HOW TO COMPLETE THIS TASK => Take the lines below beginning at the line that has "#150=IFCINDEXEDPOLYGONALFACE((2,6,8,4));" and stopping after the line that has "#156=IFCPRODUCTDEFINITIONSHAPE($,$,(#155));", and print them exactly as they are, with no other lines.

INPUT DATA =>

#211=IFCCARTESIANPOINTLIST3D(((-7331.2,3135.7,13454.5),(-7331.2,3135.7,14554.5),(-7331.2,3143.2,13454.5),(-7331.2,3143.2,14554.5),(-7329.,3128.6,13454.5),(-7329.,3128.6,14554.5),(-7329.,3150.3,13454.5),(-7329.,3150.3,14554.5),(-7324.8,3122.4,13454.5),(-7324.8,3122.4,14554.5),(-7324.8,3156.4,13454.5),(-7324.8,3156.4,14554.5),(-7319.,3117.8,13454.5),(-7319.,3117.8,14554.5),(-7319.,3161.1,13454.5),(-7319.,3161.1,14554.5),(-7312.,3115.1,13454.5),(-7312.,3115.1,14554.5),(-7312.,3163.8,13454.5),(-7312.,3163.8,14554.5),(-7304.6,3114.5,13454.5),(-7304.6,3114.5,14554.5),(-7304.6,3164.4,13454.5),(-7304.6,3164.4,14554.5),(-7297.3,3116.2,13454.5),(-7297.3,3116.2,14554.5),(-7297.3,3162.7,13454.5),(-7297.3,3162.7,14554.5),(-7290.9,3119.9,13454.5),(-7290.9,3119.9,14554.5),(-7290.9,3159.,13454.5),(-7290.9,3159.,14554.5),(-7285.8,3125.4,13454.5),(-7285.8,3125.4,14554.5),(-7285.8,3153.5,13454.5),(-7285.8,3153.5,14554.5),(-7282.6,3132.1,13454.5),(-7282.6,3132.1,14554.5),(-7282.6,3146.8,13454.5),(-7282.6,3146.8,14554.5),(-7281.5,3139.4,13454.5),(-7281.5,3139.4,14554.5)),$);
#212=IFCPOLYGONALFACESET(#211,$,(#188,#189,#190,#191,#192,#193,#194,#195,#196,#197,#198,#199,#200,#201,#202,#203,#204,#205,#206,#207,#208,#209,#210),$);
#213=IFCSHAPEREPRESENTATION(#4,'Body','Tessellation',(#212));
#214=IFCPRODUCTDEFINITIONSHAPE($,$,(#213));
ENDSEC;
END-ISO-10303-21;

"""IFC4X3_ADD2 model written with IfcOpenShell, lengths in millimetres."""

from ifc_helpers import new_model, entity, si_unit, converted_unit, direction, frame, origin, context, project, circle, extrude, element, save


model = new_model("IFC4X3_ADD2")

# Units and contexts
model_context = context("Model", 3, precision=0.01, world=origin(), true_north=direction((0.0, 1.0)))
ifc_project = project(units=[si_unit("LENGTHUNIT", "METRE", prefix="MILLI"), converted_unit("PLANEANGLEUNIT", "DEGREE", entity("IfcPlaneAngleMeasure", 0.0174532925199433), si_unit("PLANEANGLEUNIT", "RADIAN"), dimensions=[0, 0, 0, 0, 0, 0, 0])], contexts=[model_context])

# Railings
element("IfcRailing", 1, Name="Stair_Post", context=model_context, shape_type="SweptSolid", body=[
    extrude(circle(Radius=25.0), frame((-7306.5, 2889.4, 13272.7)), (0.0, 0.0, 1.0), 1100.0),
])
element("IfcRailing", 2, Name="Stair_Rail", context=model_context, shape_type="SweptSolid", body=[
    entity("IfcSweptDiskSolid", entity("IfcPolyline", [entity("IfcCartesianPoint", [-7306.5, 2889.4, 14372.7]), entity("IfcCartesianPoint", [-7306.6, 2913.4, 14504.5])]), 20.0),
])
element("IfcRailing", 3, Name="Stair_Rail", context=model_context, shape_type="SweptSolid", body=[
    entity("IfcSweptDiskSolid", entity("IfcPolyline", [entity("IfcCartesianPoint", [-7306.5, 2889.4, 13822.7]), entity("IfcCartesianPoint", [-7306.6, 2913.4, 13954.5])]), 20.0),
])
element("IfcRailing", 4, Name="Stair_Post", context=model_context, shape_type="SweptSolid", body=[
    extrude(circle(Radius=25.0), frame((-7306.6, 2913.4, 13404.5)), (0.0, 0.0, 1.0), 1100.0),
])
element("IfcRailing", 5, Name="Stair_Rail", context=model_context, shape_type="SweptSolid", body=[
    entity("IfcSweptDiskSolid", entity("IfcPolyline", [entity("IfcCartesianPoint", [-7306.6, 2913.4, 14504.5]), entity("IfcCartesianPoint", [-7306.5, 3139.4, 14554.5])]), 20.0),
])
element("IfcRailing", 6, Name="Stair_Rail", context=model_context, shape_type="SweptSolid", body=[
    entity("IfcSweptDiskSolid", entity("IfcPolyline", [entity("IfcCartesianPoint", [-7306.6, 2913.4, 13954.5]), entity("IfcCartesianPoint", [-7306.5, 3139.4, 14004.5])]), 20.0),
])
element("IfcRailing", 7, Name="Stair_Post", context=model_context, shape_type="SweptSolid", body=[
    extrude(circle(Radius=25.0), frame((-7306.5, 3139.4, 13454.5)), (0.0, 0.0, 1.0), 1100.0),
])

* * *

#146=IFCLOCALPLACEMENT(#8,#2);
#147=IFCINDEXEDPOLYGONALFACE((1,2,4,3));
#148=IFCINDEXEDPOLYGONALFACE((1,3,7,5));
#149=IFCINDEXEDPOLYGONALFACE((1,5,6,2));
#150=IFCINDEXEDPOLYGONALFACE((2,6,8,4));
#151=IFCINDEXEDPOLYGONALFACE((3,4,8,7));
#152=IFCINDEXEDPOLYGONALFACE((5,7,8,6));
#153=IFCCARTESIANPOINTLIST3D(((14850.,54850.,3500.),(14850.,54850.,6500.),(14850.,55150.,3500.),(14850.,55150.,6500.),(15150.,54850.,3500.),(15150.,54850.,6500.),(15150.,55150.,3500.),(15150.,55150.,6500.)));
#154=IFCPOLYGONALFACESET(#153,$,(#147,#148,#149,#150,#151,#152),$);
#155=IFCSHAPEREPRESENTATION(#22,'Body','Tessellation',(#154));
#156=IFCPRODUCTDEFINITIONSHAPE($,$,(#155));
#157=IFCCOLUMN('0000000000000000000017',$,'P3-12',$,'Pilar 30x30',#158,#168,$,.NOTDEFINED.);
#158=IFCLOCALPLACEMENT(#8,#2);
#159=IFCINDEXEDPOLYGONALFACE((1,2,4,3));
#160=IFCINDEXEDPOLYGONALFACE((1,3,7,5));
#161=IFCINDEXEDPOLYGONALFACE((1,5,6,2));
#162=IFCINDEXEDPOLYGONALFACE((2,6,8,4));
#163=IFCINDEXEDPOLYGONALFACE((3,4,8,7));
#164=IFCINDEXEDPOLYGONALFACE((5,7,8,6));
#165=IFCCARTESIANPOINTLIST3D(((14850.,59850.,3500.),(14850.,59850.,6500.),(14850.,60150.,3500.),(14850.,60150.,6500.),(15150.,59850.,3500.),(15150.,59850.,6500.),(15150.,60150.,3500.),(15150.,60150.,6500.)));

RESPONSE TO THIS EXERCISE =>
#150=IFCINDEXEDPOLYGONALFACE((2,6,8,4));
#151=IFCINDEXEDPOLYGONALFACE((3,4,8,7));
#152=IFCINDEXEDPOLYGONALFACE((5,7,8,6));
#153=IFCCARTESIANPOINTLIST3D(((14850.,54850.,3500.),(14850.,54850.,6500.),(14850.,55150.,3500.),(14850.,55150.,6500.),(15150.,54850.,3500.),(15150.,54850.,6500.),(15150.,55150.,3500.),(15150.,55150.,6500.)));
#154=IFCPOLYGONALFACESET(#153,$,(#147,#148,#149,#150,#151,#152),$);
#155=IFCSHAPEREPRESENTATION(#22,'Body','Tessellation',(#154));
#156=IFCPRODUCTDEFINITIONSHAPE($,$,(#155));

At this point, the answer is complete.